Nutzer*innen können mithilfe des Sozial-O-Mat 20 sozialpolitische Thesen bewerten und mit den Antworten der 17 Parteien vergleichen, die auch zur Abgeordnetenhauswahl am 20. September antreten. Dabei geht es um Themenfelder wie Wohnen, Armut, Gesundheit und Migration.
»Mit dem Sozial-O-Mat öffnen wir jetzt vor der Berlin-Wahl ganz niedrigschwellig und neutral informierend den Blick aller Bürgerinnen und Bürger für das weite Feld der sozialen Themen.«
Ursula Schoen Direktorin der Diakonie Berlin-Brandenburg-schlesische Oberlausitz
Die Direktorin der Diakonie Berlin-Brandenburg-schlesische Oberlausitz, Ursula Schoen, teilte anlässlich der Veröffentlichung mit, dass eine verantwortungsvolle Wahlentscheidung Information brauche. »Mit dem Sozial-O-Mat öffnen wir jetzt vor der Berlin-Wahl ganz niedrigschwellig und neutral informierend den Blick aller Bürgerinnen und Bürger für das weite Feld der sozialen Themen. Sie betreffen alle Menschen in dieser Stadt und definieren ganz konkret unser Zusammenleben und den gesellschaftlichen Zusammenhalt.«
Spital-O-Mat der Berliner KrankenhausgesellschaftRund 800 000 Patient*innen werden jährlich stationär in einem der Krankenhäuser der Stadt versorgt. Hinzu kommen etwa eine Million ambulante Akutfälle. Als Vereinigung der Träger von Krankenhäusern sowie ihrer Spitzenverbände im Land Berlin hat die Berliner Krankenhausgesellschaft (BKG) am Dienstag den Spital-O-Mat veröffentlicht.

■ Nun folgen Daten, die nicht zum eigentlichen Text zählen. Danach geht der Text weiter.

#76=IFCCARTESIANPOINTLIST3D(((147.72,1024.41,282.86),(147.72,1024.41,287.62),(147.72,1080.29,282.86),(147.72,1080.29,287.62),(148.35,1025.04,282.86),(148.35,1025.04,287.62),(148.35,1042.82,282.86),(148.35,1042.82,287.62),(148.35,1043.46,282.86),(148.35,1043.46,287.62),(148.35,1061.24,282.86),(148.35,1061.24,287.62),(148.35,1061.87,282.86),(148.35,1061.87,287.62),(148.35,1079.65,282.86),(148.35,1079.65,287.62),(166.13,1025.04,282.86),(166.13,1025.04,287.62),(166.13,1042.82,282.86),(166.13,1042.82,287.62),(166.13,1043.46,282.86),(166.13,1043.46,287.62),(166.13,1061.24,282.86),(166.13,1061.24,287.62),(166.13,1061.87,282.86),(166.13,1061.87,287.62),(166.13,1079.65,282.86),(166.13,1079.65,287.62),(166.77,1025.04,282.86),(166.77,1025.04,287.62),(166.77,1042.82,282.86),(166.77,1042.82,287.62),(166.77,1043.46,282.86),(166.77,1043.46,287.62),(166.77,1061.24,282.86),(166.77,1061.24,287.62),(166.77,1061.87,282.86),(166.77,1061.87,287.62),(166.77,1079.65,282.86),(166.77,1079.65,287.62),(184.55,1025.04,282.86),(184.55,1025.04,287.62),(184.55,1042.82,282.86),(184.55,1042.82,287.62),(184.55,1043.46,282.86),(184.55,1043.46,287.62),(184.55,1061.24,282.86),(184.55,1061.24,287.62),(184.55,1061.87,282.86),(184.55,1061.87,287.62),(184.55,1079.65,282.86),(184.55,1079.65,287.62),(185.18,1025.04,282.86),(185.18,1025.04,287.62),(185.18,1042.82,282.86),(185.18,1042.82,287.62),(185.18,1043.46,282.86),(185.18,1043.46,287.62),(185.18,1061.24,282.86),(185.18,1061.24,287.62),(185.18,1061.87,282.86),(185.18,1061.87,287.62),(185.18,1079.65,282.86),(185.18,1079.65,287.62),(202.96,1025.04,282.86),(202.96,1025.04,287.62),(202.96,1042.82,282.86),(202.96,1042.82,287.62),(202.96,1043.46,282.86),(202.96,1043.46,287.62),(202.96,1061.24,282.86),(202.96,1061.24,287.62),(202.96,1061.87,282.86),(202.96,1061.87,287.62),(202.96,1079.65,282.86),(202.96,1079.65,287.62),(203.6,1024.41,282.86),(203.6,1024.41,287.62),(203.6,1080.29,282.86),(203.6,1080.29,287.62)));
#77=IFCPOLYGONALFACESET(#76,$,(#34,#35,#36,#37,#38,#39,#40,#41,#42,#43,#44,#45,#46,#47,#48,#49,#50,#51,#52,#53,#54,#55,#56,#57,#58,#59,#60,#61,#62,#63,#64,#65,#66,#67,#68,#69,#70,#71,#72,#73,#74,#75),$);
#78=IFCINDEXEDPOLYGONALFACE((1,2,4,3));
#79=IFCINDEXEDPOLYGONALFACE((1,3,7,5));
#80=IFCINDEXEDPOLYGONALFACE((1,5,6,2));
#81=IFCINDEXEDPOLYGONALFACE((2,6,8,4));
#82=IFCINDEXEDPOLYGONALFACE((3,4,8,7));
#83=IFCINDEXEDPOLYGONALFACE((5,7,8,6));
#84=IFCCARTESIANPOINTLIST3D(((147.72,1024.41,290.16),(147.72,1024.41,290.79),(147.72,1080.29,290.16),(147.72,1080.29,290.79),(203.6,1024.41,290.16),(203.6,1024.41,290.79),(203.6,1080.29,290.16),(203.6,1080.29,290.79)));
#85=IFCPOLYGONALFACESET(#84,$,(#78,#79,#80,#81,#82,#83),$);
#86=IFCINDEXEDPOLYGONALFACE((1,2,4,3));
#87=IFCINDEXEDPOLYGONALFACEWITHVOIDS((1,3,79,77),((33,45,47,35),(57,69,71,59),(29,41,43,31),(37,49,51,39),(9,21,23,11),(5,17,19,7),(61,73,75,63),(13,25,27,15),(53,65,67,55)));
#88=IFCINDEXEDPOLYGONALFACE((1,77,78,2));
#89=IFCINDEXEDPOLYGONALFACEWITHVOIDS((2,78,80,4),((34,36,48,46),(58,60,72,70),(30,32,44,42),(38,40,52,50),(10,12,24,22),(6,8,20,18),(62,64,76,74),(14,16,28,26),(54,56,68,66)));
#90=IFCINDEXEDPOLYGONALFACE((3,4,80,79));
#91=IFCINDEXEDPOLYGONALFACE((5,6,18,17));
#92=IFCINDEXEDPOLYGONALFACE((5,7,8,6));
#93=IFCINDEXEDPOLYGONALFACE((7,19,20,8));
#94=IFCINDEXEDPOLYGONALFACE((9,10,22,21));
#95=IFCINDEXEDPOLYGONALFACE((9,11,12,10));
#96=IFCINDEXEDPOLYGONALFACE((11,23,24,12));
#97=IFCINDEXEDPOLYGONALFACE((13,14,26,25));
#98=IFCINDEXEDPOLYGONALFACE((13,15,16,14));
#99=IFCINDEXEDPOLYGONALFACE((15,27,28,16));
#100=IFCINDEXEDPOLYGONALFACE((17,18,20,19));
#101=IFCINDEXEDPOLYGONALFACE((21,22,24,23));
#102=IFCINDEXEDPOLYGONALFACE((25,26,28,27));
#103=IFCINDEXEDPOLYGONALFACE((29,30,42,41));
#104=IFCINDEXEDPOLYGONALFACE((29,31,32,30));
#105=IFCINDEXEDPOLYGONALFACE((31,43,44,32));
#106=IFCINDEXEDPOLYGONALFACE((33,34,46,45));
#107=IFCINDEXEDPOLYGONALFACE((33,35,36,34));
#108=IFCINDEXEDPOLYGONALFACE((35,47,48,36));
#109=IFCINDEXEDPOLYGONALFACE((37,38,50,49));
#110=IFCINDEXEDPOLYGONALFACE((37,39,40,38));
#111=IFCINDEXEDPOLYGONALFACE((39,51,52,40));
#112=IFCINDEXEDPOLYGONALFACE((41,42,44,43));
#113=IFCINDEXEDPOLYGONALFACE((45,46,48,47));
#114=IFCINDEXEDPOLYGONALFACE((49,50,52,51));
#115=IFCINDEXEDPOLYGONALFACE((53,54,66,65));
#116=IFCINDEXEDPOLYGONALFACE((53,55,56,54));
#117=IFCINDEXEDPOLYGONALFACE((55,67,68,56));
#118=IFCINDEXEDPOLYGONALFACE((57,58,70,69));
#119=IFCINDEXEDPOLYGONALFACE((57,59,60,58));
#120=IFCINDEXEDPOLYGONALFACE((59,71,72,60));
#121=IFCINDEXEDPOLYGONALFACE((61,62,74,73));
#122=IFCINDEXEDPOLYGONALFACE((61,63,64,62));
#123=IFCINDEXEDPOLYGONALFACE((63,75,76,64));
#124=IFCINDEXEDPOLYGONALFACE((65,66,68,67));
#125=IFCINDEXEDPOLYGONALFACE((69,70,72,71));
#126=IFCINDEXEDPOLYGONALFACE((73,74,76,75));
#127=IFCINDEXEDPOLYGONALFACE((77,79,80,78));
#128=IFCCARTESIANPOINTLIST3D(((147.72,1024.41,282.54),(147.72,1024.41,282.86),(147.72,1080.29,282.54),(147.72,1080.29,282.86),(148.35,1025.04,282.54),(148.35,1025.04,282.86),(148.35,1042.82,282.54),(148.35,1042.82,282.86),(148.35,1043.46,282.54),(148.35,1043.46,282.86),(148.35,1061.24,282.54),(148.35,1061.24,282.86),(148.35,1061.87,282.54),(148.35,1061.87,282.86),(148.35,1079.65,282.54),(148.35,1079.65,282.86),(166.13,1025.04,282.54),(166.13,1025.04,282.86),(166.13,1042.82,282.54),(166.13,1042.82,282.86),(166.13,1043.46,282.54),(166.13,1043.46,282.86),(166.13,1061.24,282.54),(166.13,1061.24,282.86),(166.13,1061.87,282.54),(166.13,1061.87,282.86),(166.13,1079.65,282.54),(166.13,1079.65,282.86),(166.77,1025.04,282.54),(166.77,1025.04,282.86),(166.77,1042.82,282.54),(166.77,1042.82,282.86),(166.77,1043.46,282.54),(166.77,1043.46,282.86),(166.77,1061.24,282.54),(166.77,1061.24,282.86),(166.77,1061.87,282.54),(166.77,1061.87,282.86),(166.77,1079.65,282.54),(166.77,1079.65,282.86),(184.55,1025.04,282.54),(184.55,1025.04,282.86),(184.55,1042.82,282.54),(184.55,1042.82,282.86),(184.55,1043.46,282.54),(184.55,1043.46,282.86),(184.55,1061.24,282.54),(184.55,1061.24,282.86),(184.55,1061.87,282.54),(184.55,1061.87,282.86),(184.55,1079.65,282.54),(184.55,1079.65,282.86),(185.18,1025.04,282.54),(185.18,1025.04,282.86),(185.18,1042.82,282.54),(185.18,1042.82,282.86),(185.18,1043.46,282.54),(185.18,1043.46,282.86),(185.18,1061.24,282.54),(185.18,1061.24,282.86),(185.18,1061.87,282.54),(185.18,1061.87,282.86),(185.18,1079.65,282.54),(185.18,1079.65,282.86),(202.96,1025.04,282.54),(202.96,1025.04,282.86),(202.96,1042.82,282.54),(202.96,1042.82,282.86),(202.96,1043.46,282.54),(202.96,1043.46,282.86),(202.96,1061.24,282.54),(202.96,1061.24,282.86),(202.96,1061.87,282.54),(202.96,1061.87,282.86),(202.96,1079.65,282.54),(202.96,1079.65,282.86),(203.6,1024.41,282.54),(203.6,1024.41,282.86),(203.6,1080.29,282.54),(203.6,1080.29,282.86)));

Die BKG hat die Spitzenkandidat*innen von CDU, SPD, Grünen und Linke nach ihrer Position zu zentralen Themen der Krankenhauspolitik befragt.

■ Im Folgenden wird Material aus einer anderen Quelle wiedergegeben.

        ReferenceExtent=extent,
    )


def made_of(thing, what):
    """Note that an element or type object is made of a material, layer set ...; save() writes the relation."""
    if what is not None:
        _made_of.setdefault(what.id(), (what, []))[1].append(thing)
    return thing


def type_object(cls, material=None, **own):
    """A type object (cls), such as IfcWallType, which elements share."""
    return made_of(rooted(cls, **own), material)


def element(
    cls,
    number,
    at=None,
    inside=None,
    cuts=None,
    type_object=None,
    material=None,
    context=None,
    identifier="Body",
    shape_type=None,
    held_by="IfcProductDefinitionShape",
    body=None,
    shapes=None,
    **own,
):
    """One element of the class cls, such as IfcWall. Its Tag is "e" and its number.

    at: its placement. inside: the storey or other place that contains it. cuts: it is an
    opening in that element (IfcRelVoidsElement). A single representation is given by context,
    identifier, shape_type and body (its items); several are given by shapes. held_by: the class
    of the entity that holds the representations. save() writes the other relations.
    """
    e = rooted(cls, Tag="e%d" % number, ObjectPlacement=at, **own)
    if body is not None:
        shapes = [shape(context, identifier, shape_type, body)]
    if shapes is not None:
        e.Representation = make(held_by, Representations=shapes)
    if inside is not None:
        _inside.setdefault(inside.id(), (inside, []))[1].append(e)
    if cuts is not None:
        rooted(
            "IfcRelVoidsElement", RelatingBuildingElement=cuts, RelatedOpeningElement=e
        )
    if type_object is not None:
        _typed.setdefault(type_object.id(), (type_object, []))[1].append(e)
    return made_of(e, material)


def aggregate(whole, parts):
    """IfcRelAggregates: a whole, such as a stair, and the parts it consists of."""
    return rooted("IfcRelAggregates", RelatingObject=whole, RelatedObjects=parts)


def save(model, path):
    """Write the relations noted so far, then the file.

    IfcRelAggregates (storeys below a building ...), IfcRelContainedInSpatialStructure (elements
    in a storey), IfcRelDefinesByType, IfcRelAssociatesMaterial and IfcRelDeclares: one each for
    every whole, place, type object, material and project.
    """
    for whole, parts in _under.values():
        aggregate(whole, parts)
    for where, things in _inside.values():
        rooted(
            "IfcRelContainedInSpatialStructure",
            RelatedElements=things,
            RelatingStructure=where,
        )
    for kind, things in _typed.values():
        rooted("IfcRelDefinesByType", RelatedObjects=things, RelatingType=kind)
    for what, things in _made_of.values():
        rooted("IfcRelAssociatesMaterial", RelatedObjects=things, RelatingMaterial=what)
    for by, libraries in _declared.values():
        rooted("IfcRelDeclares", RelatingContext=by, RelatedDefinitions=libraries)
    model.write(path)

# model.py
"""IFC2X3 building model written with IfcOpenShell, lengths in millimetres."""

In kurzen Videos veröffentlicht die BKG sukzessive in den sozialen Medien die Antworten der Kandidat*innen. Bislang sind nur die des CDU-Spitzenkandidaten Stefan Evers öffentlich. Auf die Frage hin, ob die Krankenhausversorgung mit ihm besser werde, indem der hohe Investitionsstau abgebaut werde, teilte der Politiker in einem Video mit, dass nicht jeder Wunsch finanzierbar sein werde, aber notwendige Investitionen nicht länger aufgeschoben werden dürften.
»Als Finanzsenator weiß ich sehr genau, dass die Kassen knapp sind und dass jeder Euro verantwortungsvoll eingesetzt werden muss. Ich weiß aber genauso: Gesundheit gehört zu den Kernaufgaben eines funktionierenden Staates. Und deshalb werde ich als Regierender Bürgermeister Investitionen in unsere Krankenhauslandschaft konsequent priorisieren und alle Möglichkeiten nutzen, zusätzliche Mittel nach Berlin zu holen«, so der CDU-Spitzenkandidat.

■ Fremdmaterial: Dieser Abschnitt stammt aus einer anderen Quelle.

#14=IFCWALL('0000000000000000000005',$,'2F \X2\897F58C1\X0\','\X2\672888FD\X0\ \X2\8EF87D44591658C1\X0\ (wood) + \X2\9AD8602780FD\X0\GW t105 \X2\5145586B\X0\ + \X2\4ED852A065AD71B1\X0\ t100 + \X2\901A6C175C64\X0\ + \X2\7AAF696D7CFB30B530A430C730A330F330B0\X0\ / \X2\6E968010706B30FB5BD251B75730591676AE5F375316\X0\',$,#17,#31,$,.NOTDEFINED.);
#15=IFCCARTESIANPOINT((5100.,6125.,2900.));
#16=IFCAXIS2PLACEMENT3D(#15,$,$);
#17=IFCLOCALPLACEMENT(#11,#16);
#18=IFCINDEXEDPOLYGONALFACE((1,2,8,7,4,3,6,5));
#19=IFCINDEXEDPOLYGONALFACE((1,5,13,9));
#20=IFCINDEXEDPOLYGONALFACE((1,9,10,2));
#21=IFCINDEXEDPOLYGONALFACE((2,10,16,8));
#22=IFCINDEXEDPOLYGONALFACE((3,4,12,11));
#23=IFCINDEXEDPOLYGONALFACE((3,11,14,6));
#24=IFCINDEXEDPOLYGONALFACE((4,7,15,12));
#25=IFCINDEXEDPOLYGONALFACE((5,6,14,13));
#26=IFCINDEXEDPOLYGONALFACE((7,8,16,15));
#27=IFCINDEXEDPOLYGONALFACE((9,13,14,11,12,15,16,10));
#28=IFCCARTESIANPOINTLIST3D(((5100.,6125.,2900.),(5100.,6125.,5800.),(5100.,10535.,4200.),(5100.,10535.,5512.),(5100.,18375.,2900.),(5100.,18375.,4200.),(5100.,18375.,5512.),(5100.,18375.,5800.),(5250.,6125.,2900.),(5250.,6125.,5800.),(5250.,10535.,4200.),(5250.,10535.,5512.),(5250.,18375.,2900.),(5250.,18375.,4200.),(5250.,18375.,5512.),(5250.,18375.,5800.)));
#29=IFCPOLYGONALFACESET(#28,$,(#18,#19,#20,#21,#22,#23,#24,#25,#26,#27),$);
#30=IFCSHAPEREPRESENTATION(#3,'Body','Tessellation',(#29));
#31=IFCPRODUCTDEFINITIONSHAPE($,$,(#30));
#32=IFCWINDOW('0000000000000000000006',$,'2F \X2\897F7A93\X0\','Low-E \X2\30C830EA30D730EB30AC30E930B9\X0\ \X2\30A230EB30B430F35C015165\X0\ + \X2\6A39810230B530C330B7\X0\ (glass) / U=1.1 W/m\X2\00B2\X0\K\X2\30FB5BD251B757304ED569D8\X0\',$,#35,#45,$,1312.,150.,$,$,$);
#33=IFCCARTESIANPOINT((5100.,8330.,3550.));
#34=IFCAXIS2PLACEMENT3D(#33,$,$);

Wer an den Kliniken spare, spare nicht nur an der Versorgung, sondern schwäche einen tragenden Pfeiler der Berliner Wirtschaft, teilte die BKG anlässlich der Veröffentlichung des Spital-O-Mats mit. Demnach arbeiten rund 70 000 Beschäftigte in den Kliniken der Metropolregion. »Die schlechte wirtschaftliche Situation der Kliniken, der Umbau der Krankenhauslandschaft im Rahmen der Krankenhausreform, drohende Kürzungen durch das GKV-Spargesetz und ein langjähriger Investitionsstau setzen die Berliner Kliniken gleich mehrfach unter Druck«, so die Berliner Krankenhausgesellschaft.